Work instructions: Which lines of the entries contain the string "IFCFURNISHINGELEMENT"? Copy each of them.

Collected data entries
+--
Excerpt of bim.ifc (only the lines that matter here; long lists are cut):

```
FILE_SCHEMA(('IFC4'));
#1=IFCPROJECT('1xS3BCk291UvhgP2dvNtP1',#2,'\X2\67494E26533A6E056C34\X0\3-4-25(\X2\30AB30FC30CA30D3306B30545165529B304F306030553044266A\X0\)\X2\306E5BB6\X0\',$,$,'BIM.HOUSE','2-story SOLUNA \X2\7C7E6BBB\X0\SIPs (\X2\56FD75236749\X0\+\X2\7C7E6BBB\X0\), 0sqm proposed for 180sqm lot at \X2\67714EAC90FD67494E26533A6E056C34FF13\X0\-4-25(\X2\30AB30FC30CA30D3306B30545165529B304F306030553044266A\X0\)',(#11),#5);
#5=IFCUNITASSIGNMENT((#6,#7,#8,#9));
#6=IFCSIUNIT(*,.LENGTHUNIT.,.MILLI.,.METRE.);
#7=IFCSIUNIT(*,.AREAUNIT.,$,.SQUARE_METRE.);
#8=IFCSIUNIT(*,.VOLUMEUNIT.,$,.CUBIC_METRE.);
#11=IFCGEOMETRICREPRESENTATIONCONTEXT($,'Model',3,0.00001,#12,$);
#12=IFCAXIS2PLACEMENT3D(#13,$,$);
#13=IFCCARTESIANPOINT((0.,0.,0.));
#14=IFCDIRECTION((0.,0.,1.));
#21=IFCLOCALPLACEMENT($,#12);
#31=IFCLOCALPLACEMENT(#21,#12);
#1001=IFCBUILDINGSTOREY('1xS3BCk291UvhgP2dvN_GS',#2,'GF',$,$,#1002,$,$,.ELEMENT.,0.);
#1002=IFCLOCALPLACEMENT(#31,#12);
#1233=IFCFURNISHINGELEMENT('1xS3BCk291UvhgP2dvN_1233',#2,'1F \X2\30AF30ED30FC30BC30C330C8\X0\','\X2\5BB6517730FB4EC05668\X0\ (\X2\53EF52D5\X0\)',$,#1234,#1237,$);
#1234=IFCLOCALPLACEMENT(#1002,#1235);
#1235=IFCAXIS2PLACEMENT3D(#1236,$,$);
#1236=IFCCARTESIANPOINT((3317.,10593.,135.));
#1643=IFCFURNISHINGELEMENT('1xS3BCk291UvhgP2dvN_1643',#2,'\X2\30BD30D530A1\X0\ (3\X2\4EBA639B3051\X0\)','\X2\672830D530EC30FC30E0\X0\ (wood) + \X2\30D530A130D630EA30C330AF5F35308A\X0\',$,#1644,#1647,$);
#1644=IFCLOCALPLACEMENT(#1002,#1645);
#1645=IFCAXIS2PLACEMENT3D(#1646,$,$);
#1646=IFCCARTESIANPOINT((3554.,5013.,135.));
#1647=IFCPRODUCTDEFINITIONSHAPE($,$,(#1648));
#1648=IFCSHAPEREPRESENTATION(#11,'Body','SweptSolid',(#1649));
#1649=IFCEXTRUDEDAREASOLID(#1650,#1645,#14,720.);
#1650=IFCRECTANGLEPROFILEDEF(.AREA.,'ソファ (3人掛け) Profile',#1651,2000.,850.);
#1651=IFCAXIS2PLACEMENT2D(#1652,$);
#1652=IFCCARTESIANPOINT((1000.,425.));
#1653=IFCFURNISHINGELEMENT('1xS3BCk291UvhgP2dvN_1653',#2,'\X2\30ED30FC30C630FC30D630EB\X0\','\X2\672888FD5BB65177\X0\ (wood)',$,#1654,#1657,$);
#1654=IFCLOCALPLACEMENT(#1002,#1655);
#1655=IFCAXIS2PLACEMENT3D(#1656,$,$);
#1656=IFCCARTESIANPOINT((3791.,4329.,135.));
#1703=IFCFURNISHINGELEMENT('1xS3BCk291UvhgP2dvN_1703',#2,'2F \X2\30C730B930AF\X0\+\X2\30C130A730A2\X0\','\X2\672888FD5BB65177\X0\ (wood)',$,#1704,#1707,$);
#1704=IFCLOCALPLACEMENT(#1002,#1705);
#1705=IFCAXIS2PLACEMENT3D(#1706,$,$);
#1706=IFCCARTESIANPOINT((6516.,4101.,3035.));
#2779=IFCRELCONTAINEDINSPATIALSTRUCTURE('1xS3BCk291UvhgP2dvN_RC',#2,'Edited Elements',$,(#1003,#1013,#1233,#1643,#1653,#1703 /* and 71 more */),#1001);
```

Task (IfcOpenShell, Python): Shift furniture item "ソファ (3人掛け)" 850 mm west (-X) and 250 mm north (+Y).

```python
import ifcopenshell
import ifcopenshell.api.geometry
import ifcopenshell.util.placement
import ifcopenshell.util.unit

model = ifcopenshell.open("bim.ifc")
unit_scale = ifcopenshell.util.unit.calculate_unit_scale(model)

item = model.by_guid("1xS3BCk291UvhgP2dvN_1643")
matrix = ifcopenshell.util.placement.get_local_placement(item.ObjectPlacement)
matrix[0, 3] -= 0.85 / unit_scale
matrix[1, 3] += 0.25 / unit_scale
ifcopenshell.api.geometry.edit_object_placement(model, product=item, matrix=matrix, is_si=False)

print(ifcopenshell.util.placement.get_local_placement(item.ObjectPlacement).round(3) + 0.0)

model.write("bim_edited.ifc")
```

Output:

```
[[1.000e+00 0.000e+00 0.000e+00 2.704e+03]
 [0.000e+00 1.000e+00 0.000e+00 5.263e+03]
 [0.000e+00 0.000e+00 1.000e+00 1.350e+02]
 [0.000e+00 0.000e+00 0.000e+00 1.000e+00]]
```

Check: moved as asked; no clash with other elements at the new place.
+--
Solution to this exercise:
#1233=IFCFURNISHINGELEMENT('1xS3BCk291UvhgP2dvN_1233',#2,'1F \X2\30AF30ED30FC30BC30C330C8\X0\','\X2\5BB6517730FB4EC05668\X0\ (\X2\53EF52D5\X0\)',$,#1234,#1237,$);
#1643=IFCFURNISHINGELEMENT('1xS3BCk291UvhgP2dvN_1643',#2,'\X2\30BD30D530A1\X0\ (3\X2\4EBA639B3051\X0\)','\X2\672830D530EC30FC30E0\X0\ (wood) + \X2\30D530A130D630EA30C330AF5F35308A\X0\',$,#1644,#1647,$);
#1653=IFCFURNISHINGELEMENT('1xS3BCk291UvhgP2dvN_1653',#2,'\X2\30ED30FC30C630FC30D630EB\X0\','\X2\672888FD5BB65177\X0\ (wood)',$,#1654,#1657,$);
#1703=IFCFURNISHINGELEMENT('1xS3BCk291UvhgP2dvN_1703',#2,'2F \X2\30C730B930AF\X0\+\X2\30C130A730A2\X0\','\X2\672888FD5BB65177\X0\ (wood)',$,#1704,#1707,$);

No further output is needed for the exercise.